Entries taken from a collection
== Segment start ==

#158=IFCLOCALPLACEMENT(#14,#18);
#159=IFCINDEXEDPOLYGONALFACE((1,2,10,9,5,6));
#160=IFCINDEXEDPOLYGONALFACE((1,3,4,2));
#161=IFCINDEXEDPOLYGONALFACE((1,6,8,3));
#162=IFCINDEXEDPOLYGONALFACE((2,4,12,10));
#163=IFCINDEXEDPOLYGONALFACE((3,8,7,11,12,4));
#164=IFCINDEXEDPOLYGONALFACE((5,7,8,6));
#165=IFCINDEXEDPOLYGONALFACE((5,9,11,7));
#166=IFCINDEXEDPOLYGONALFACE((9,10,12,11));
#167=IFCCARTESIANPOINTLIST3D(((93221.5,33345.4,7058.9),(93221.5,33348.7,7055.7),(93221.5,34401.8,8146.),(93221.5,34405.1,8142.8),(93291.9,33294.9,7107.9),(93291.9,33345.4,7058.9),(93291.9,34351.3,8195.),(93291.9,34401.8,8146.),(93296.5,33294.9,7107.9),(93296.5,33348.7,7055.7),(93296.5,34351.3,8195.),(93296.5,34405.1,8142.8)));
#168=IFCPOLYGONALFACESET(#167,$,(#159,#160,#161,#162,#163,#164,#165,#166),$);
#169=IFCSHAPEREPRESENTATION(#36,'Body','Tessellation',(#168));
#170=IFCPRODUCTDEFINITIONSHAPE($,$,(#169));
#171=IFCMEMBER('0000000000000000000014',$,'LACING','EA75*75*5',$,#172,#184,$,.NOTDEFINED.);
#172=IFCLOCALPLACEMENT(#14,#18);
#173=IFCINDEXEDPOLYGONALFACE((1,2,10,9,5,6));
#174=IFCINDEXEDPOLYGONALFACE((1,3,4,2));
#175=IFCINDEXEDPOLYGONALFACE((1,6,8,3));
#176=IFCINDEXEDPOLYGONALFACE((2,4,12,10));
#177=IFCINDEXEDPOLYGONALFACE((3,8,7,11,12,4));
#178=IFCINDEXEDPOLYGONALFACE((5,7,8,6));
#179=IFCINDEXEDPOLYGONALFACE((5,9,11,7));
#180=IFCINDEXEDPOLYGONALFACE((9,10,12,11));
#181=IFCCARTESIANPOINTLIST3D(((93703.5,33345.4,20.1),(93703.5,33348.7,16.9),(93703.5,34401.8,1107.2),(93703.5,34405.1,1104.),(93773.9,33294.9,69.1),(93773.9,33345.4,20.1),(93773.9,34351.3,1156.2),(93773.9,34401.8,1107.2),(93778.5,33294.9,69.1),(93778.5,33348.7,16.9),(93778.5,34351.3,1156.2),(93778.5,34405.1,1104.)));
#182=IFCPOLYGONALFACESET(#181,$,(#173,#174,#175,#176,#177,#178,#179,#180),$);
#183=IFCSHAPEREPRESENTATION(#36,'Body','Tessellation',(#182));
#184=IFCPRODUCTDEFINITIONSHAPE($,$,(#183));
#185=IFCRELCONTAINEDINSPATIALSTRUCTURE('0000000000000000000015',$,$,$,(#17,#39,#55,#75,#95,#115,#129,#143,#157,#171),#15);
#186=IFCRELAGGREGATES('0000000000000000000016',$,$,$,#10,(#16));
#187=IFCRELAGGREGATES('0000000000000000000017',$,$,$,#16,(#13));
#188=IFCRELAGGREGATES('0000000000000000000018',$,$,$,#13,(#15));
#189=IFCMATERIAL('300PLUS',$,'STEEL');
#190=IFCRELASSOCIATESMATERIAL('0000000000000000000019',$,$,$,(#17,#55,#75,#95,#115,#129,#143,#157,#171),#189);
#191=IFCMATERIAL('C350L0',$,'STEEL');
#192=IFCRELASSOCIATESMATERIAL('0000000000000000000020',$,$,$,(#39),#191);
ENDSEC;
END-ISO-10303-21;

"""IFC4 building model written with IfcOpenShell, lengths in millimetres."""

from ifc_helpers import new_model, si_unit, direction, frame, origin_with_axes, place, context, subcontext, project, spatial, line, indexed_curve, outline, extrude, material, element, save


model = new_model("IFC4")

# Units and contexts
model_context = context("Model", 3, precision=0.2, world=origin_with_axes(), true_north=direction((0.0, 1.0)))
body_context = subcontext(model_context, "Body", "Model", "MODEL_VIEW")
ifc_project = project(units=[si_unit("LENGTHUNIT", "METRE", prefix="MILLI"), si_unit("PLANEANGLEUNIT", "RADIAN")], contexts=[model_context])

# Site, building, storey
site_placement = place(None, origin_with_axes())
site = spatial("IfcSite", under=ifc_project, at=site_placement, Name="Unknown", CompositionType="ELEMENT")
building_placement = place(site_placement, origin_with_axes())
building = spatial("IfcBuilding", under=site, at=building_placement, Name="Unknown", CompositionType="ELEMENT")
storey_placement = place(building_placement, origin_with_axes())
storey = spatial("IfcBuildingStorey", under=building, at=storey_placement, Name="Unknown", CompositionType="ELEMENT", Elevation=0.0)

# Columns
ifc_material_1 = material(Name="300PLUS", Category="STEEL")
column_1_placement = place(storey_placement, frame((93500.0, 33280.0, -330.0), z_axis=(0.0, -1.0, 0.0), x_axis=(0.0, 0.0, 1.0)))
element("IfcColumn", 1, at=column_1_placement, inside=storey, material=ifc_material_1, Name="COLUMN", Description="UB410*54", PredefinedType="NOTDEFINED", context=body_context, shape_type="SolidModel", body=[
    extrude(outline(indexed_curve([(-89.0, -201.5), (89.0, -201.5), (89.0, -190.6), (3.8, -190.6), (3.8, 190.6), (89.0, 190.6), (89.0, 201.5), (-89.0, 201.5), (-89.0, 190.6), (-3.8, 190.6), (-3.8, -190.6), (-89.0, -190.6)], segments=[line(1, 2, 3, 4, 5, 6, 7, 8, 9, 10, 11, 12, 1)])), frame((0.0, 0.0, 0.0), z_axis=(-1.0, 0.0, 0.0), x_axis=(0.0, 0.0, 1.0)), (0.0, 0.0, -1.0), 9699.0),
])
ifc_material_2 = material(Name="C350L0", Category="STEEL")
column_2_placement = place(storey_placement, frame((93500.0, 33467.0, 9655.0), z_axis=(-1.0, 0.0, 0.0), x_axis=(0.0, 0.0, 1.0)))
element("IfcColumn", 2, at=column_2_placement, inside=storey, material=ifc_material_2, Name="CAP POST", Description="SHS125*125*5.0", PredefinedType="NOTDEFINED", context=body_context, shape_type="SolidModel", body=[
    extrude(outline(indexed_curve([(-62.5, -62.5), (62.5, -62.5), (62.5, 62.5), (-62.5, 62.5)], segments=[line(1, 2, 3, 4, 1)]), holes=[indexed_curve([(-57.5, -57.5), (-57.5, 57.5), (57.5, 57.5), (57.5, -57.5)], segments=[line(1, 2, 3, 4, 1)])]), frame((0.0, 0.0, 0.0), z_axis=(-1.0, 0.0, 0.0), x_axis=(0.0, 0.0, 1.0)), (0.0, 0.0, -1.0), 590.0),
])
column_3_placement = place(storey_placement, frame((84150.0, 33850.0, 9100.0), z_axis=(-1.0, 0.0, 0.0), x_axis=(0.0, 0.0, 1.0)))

== Segment end ==

Exact copies of all the entries above are required.

*Problem solution*
#158=IFCLOCALPLACEMENT(#14,#18);
#159=IFCINDEXEDPOLYGONALFACE((1,2,10,9,5,6));
#160=IFCINDEXEDPOLYGONALFACE((1,3,4,2));
#161=IFCINDEXEDPOLYGONALFACE((1,6,8,3));
#162=IFCINDEXEDPOLYGONALFACE((2,4,12,10));
#163=IFCINDEXEDPOLYGONALFACE((3,8,7,11,12,4));
#164=IFCINDEXEDPOLYGONALFACE((5,7,8,6));
#165=IFCINDEXEDPOLYGONALFACE((5,9,11,7));
#166=IFCINDEXEDPOLYGONALFACE((9,10,12,11));
#167=IFCCARTESIANPOINTLIST3D(((93221.5,33345.4,7058.9),(93221.5,33348.7,7055.7),(93221.5,34401.8,8146.),(93221.5,34405.1,8142.8),(93291.9,33294.9,7107.9),(93291.9,33345.4,7058.9),(93291.9,34351.3,8195.),(93291.9,34401.8,8146.),(93296.5,33294.9,7107.9),(93296.5,33348.7,7055.7),(93296.5,34351.3,8195.),(93296.5,34405.1,8142.8)));
#168=IFCPOLYGONALFACESET(#167,$,(#159,#160,#161,#162,#163,#164,#165,#166),$);
#169=IFCSHAPEREPRESENTATION(#36,'Body','Tessellation',(#168));
#170=IFCPRODUCTDEFINITIONSHAPE($,$,(#169));
#171=IFCMEMBER('0000000000000000000014',$,'LACING','EA75*75*5',$,#172,#184,$,.NOTDEFINED.);
#172=IFCLOCALPLACEMENT(#14,#18);
#173=IFCINDEXEDPOLYGONALFACE((1,2,10,9,5,6));
#174=IFCINDEXEDPOLYGONALFACE((1,3,4,2));
#175=IFCINDEXEDPOLYGONALFACE((1,6,8,3));
#176=IFCINDEXEDPOLYGONALFACE((2,4,12,10));
#177=IFCINDEXEDPOLYGONALFACE((3,8,7,11,12,4));
#178=IFCINDEXEDPOLYGONALFACE((5,7,8,6));
#179=IFCINDEXEDPOLYGONALFACE((5,9,11,7));
#180=IFCINDEXEDPOLYGONALFACE((9,10,12,11));
#181=IFCCARTESIANPOINTLIST3D(((93703.5,33345.4,20.1),(93703.5,33348.7,16.9),(93703.5,34401.8,1107.2),(93703.5,34405.1,1104.),(93773.9,33294.9,69.1),(93773.9,33345.4,20.1),(93773.9,34351.3,1156.2),(93773.9,34401.8,1107.2),(93778.5,33294.9,69.1),(93778.5,33348.7,16.9),(93778.5,34351.3,1156.2),(93778.5,34405.1,1104.)));
#182=IFCPOLYGONALFACESET(#181,$,(#173,#174,#175,#176,#177,#178,#179,#180),$);
#183=IFCSHAPEREPRESENTATION(#36,'Body','Tessellation',(#182));
#184=IFCPRODUCTDEFINITIONSHAPE($,$,(#183));
#185=IFCRELCONTAINEDINSPATIALSTRUCTURE('0000000000000000000015',$,$,$,(#17,#39,#55,#75,#95,#115,#129,#143,#157,#171),#15);
#186=IFCRELAGGREGATES('0000000000000000000016',$,$,$,#10,(#16));
#187=IFCRELAGGREGATES('0000000000000000000017',$,$,$,#16,(#13));
#188=IFCRELAGGREGATES('0000000000000000000018',$,$,$,#13,(#15));
#189=IFCMATERIAL('300PLUS',$,'STEEL');
#190=IFCRELASSOCIATESMATERIAL('0000000000000000000019',$,$,$,(#17,#55,#75,#95,#115,#129,#143,#157,#171),#189);
#191=IFCMATERIAL('C350L0',$,'STEEL');
#192=IFCRELASSOCIATESMATERIAL('0000000000000000000020',$,$,$,(#39),#191);
ENDSEC;
END-ISO-10303-21;

"""IFC4 building model written with IfcOpenShell, lengths in millimetres."""

from ifc_helpers import new_model, si_unit, direction, frame, origin_with_axes, place, context, subcontext, project, spatial, line, indexed_curve, outline, extrude, material, element, save


model = new_model("IFC4")

# Units and contexts
model_context = context("Model", 3, precision=0.2, world=origin_with_axes(), true_north=direction((0.0, 1.0)))
body_context = subcontext(model_context, "Body", "Model", "MODEL_VIEW")
ifc_project = project(units=[si_unit("LENGTHUNIT", "METRE", prefix="MILLI"), si_unit("PLANEANGLEUNIT", "RADIAN")], contexts=[model_context])

# Site, building, storey
site_placement = place(None, origin_with_axes())
site = spatial("IfcSite", under=ifc_project, at=site_placement, Name="Unknown", CompositionType="ELEMENT")
building_placement = place(site_placement, origin_with_axes())
building = spatial("IfcBuilding", under=site, at=building_placement, Name="Unknown", CompositionType="ELEMENT")
storey_placement = place(building_placement, origin_with_axes())
storey = spatial("IfcBuildingStorey", under=building, at=storey_placement, Name="Unknown", CompositionType="ELEMENT", Elevation=0.0)

# Columns
ifc_material_1 = material(Name="300PLUS", Category="STEEL")
column_1_placement = place(storey_placement, frame((93500.0, 33280.0, -330.0), z_axis=(0.0, -1.0, 0.0), x_axis=(0.0, 0.0, 1.0)))
element("IfcColumn", 1, at=column_1_placement, inside=storey, material=ifc_material_1, Name="COLUMN", Description="UB410*54", PredefinedType="NOTDEFINED", context=body_context, shape_type="SolidModel", body=[
    extrude(outline(indexed_curve([(-89.0, -201.5), (89.0, -201.5), (89.0, -190.6), (3.8, -190.6), (3.8, 190.6), (89.0, 190.6), (89.0, 201.5), (-89.0, 201.5), (-89.0, 190.6), (-3.8, 190.6), (-3.8, -190.6), (-89.0, -190.6)], segments=[line(1, 2, 3, 4, 5, 6, 7, 8, 9, 10, 11, 12, 1)])), frame((0.0, 0.0, 0.0), z_axis=(-1.0, 0.0, 0.0), x_axis=(0.0, 0.0, 1.0)), (0.0, 0.0, -1.0), 9699.0),
])
ifc_material_2 = material(Name="C350L0", Category="STEEL")
column_2_placement = place(storey_placement, frame((93500.0, 33467.0, 9655.0), z_axis=(-1.0, 0.0, 0.0), x_axis=(0.0, 0.0, 1.0)))
element("IfcColumn", 2, at=column_2_placement, inside=storey, material=ifc_material_2, Name="CAP POST", Description="SHS125*125*5.0", PredefinedType="NOTDEFINED", context=body_context, shape_type="SolidModel", body=[
    extrude(outline(indexed_curve([(-62.5, -62.5), (62.5, -62.5), (62.5, 62.5), (-62.5, 62.5)], segments=[line(1, 2, 3, 4, 1)]), holes=[indexed_curve([(-57.5, -57.5), (-57.5, 57.5), (57.5, 57.5), (57.5, -57.5)], segments=[line(1, 2, 3, 4, 1)])]), frame((0.0, 0.0, 0.0), z_axis=(-1.0, 0.0, 0.0), x_axis=(0.0, 0.0, 1.0)), (0.0, 0.0, -1.0), 590.0),
])
column_3_placement = place(storey_placement, frame((84150.0, 33850.0, 9100.0), z_axis=(-1.0, 0.0, 0.0), x_axis=(0.0, 0.0, 1.0)))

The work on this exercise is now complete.